### Stored data

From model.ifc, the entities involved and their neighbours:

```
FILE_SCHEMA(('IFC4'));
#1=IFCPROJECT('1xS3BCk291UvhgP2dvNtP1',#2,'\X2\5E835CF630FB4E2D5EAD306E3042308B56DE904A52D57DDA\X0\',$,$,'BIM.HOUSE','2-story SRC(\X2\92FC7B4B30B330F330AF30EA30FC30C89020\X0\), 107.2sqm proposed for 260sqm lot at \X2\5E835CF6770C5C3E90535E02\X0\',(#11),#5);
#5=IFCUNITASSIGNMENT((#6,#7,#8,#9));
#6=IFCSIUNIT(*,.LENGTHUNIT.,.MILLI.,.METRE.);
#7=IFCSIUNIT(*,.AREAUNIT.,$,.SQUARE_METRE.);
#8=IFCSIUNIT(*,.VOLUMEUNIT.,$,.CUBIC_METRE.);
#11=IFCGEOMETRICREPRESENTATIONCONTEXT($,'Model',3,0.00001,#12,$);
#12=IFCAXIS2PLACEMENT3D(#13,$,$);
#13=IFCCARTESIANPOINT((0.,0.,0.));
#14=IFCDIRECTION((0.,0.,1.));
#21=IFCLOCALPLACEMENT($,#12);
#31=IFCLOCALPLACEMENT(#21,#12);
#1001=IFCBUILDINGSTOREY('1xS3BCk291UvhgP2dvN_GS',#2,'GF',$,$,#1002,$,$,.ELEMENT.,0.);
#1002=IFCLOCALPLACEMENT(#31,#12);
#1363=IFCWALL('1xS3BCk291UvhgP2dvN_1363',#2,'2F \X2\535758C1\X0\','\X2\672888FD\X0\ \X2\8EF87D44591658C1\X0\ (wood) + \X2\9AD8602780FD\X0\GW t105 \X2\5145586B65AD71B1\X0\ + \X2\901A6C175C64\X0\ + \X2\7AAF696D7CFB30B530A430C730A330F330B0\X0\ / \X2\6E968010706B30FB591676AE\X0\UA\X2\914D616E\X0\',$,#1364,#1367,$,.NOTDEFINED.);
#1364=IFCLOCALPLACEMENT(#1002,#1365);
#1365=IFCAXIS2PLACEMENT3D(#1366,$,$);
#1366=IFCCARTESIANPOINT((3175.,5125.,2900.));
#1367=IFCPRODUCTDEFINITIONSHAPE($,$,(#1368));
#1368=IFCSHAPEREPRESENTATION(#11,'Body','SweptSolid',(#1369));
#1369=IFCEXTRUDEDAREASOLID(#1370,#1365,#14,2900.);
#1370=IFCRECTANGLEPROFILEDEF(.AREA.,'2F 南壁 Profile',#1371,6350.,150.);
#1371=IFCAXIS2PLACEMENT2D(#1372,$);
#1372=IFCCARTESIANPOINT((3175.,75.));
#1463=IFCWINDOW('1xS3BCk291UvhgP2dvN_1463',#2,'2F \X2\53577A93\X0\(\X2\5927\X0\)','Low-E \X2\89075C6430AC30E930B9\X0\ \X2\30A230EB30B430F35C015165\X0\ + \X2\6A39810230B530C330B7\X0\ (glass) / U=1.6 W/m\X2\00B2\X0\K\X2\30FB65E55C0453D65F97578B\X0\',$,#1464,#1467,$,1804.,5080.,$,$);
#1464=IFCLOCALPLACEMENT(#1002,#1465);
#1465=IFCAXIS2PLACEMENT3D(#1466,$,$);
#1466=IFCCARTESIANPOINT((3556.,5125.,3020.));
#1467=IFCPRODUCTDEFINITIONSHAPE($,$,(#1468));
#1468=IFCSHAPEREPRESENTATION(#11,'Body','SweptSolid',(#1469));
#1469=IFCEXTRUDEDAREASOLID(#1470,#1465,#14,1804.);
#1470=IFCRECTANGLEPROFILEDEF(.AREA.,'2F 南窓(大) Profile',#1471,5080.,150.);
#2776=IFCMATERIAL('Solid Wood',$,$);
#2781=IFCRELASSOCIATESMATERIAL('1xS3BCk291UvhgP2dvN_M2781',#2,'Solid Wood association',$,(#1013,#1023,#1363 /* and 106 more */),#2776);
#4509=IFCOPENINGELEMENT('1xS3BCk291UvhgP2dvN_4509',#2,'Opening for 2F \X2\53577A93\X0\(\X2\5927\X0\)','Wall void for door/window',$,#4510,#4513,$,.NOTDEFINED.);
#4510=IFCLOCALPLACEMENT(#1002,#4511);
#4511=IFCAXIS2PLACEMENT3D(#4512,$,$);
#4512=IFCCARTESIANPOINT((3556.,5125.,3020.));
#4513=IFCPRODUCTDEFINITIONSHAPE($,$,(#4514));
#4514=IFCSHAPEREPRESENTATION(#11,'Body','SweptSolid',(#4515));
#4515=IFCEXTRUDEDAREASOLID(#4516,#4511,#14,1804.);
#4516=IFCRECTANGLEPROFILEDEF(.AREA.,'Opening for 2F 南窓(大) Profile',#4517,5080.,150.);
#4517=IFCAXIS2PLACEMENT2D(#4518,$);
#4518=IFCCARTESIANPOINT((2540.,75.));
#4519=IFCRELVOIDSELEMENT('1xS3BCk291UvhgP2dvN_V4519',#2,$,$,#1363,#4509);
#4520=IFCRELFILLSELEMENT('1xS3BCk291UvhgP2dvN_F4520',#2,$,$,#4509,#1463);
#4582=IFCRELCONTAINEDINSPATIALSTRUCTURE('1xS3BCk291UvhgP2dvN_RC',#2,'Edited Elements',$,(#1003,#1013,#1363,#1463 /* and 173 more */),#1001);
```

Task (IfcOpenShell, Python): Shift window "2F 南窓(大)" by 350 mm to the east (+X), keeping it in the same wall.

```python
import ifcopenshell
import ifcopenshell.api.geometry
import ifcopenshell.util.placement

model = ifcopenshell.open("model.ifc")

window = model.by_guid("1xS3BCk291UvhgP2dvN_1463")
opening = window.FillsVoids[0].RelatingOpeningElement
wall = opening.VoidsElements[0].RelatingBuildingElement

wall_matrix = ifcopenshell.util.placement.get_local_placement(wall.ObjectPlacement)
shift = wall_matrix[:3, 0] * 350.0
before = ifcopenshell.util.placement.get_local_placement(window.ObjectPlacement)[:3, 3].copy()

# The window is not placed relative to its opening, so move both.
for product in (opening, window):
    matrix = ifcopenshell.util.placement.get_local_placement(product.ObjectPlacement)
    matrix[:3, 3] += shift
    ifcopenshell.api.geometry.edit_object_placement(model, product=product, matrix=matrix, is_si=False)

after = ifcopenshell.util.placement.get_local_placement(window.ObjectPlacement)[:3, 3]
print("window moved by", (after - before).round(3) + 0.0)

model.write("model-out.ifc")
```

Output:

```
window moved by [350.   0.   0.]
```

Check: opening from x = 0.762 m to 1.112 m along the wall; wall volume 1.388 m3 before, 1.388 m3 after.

######
### Stored data

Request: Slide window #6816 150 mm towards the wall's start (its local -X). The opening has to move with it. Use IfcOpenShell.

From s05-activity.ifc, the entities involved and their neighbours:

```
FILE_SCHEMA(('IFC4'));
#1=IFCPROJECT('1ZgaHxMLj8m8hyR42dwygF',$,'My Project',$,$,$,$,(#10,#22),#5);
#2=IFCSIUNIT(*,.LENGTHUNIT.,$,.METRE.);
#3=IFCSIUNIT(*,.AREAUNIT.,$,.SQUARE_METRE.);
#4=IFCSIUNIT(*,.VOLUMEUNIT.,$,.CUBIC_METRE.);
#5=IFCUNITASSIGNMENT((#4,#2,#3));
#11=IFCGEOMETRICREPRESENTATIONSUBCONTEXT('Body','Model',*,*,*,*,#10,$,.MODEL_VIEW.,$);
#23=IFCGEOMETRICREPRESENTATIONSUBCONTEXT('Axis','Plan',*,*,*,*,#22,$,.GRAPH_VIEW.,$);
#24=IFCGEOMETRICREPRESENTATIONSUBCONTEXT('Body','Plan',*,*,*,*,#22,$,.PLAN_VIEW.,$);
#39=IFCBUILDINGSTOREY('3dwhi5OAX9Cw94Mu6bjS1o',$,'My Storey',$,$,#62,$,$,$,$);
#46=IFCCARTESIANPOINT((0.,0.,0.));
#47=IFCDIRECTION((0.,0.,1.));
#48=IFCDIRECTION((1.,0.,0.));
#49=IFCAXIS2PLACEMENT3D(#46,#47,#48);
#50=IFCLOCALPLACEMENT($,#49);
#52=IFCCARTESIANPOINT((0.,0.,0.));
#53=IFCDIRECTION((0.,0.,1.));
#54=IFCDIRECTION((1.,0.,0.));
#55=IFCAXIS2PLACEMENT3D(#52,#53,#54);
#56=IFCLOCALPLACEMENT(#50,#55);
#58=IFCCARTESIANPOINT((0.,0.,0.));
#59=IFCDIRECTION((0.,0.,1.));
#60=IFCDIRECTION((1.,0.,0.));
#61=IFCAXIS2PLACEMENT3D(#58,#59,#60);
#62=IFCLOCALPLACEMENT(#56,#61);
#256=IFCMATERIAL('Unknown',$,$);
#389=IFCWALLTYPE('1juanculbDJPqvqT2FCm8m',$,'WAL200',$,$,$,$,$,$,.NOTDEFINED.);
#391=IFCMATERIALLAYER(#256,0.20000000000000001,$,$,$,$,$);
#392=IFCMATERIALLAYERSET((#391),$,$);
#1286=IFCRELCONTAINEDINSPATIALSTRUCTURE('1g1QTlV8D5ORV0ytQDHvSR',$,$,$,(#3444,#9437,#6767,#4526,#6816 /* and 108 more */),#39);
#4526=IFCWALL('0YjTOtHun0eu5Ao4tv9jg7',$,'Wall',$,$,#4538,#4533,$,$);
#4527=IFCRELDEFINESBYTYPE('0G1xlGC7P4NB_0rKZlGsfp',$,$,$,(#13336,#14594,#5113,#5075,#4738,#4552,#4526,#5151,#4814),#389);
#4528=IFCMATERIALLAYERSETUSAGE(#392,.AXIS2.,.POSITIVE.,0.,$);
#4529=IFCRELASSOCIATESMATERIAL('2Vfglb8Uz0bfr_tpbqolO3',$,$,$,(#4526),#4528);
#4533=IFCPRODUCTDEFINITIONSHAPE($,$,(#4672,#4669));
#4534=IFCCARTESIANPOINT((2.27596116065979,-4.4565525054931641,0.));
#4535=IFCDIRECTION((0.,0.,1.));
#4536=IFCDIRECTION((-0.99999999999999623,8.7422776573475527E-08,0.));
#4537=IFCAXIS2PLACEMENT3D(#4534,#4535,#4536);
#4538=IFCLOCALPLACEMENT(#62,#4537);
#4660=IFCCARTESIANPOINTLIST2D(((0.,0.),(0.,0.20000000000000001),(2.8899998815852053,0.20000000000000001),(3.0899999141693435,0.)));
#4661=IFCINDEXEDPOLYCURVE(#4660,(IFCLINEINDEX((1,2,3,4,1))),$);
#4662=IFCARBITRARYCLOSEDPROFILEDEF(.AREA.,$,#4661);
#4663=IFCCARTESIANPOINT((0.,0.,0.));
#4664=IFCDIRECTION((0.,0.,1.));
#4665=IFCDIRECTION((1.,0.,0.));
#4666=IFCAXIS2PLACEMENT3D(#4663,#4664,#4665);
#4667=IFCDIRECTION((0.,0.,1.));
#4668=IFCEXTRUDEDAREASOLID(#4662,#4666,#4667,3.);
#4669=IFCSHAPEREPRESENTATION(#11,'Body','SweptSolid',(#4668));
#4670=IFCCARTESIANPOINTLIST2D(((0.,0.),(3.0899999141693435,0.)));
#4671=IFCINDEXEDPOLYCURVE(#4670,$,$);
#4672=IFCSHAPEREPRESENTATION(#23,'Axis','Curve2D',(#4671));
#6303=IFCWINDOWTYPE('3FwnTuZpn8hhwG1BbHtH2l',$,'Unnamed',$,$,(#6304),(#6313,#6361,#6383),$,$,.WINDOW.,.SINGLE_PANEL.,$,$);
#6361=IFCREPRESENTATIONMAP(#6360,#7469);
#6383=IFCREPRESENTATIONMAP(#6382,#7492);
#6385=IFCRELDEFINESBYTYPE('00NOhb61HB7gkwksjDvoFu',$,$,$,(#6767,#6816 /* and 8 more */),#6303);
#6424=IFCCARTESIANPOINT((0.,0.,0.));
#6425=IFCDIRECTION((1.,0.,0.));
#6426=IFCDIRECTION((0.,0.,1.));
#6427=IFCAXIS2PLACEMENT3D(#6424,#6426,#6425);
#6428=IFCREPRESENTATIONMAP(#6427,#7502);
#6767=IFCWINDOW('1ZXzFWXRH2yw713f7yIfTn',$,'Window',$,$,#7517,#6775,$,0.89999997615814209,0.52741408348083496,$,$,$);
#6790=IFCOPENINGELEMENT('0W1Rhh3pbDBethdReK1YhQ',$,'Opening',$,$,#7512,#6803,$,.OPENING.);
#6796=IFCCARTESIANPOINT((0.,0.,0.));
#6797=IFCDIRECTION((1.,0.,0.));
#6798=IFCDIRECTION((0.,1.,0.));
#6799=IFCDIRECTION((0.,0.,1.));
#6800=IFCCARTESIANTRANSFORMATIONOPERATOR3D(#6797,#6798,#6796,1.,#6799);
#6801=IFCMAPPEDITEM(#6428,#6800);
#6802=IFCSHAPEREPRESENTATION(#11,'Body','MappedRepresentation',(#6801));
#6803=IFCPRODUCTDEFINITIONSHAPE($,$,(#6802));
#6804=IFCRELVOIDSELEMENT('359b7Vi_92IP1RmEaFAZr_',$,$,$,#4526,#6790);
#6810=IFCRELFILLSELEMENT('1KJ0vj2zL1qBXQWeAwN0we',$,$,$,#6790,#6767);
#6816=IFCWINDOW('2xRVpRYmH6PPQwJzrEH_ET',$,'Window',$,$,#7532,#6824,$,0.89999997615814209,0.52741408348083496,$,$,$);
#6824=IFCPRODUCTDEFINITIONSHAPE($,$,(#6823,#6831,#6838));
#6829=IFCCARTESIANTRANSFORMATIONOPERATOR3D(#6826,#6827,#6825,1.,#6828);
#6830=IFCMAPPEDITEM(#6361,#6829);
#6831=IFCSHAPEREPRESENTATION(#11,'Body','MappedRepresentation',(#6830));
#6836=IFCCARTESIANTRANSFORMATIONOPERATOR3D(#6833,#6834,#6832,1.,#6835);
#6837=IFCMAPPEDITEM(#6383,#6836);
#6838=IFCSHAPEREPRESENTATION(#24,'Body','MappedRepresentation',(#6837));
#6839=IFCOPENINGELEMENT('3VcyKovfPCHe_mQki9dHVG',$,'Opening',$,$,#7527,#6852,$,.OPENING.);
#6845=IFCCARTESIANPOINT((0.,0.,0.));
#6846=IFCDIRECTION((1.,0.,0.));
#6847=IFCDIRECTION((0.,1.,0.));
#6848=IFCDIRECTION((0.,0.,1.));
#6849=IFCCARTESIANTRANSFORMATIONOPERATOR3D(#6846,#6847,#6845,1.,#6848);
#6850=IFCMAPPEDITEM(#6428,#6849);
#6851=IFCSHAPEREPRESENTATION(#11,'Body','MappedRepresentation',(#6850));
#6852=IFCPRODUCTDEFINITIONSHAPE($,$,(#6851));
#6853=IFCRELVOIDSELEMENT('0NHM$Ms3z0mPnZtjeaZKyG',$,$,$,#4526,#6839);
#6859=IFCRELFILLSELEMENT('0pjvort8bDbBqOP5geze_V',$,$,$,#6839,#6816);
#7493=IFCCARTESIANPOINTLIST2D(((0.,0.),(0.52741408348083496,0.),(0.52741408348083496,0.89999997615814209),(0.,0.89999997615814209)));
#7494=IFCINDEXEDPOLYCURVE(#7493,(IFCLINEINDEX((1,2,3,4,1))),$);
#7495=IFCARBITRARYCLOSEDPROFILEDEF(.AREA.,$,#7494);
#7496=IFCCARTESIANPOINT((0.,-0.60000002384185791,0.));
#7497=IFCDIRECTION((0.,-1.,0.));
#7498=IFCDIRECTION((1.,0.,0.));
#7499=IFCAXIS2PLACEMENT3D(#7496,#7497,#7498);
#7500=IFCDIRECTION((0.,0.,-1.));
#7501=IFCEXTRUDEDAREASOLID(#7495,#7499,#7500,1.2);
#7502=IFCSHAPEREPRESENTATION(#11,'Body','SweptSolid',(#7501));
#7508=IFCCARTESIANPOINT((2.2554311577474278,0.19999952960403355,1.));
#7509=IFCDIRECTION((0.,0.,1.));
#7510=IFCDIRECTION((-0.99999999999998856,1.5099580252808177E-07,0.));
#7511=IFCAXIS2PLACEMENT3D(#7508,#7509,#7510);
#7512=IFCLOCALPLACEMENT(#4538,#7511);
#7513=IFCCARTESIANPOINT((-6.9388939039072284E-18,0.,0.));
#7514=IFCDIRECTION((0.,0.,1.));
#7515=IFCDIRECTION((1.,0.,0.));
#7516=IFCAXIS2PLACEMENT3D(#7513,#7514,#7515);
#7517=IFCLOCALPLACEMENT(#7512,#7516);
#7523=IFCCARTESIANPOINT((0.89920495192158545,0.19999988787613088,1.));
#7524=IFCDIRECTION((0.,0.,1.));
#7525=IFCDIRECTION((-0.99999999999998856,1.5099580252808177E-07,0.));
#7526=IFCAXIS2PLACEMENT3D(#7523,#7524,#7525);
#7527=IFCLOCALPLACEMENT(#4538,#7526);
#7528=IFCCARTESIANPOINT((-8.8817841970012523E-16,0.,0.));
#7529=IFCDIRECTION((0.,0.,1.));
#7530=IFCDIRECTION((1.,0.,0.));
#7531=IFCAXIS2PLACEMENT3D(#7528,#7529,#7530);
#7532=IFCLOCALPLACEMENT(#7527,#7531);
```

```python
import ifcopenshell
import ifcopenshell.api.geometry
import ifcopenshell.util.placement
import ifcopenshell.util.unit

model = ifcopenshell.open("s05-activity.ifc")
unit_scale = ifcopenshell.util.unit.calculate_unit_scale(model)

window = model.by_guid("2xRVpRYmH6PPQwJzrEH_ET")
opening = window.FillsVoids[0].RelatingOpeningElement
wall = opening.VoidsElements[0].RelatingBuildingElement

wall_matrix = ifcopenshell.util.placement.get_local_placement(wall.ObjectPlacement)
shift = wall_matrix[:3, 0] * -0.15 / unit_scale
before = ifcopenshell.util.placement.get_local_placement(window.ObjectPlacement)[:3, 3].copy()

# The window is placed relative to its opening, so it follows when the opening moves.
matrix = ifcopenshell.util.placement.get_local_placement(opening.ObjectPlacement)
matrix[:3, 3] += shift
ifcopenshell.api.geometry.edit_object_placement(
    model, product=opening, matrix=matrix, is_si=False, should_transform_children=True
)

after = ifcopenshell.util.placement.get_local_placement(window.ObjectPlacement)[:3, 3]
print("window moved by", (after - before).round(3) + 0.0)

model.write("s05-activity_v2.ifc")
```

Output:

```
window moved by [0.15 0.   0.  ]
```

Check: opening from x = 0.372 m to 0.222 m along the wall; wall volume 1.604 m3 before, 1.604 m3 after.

######

Say how many lines in the records hold the string "IFCGEOMETRICREPRESENTATIONSUBCONTEXT", please, and add no other words.

3